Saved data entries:
= Beginning of Section =
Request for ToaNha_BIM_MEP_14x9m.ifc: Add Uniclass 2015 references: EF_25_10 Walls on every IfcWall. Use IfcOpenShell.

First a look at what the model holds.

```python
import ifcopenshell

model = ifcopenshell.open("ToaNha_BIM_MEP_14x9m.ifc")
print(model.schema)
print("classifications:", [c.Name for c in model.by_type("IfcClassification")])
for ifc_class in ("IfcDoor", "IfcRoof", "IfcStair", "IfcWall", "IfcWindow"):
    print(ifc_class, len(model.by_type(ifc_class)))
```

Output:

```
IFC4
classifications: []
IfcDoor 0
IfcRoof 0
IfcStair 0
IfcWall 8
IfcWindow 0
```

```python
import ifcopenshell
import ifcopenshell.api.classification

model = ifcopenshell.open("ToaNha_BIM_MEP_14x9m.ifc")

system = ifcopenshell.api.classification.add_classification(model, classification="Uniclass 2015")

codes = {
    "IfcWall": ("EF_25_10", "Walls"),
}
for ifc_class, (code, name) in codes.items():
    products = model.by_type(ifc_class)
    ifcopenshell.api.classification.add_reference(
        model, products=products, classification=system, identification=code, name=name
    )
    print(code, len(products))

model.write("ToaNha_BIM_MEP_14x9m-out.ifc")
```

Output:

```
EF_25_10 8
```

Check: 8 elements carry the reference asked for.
= End of Section =
* _YOUR OBJECTIVE_: From the records above, extract every line exactly as it stands.

* _YOUR SOLUTION_:
Request for ToaNha_BIM_MEP_14x9m.ifc: Add Uniclass 2015 references: EF_25_10 Walls on every IfcWall. Use IfcOpenShell.

First a look at what the model holds.

```python
import ifcopenshell

model = ifcopenshell.open("ToaNha_BIM_MEP_14x9m.ifc")
print(model.schema)
print("classifications:", [c.Name for c in model.by_type("IfcClassification")])
for ifc_class in ("IfcDoor", "IfcRoof", "IfcStair", "IfcWall", "IfcWindow"):
    print(ifc_class, len(model.by_type(ifc_class)))
```

Output:

```
IFC4
classifications: []
IfcDoor 0
IfcRoof 0
IfcStair 0
IfcWall 8
IfcWindow 0
```

```python
import ifcopenshell
import ifcopenshell.api.classification

model = ifcopenshell.open("ToaNha_BIM_MEP_14x9m.ifc")

system = ifcopenshell.api.classification.add_classification(model, classification="Uniclass 2015")

codes = {
    "IfcWall": ("EF_25_10", "Walls"),
}
for ifc_class, (code, name) in codes.items():
    products = model.by_type(ifc_class)
    ifcopenshell.api.classification.add_reference(
        model, products=products, classification=system, identification=code, name=name
    )
    print(code, len(products))

model.write("ToaNha_BIM_MEP_14x9m-out.ifc")
```

Output:

```
EF_25_10 8
```

Check: 8 elements carry the reference asked for.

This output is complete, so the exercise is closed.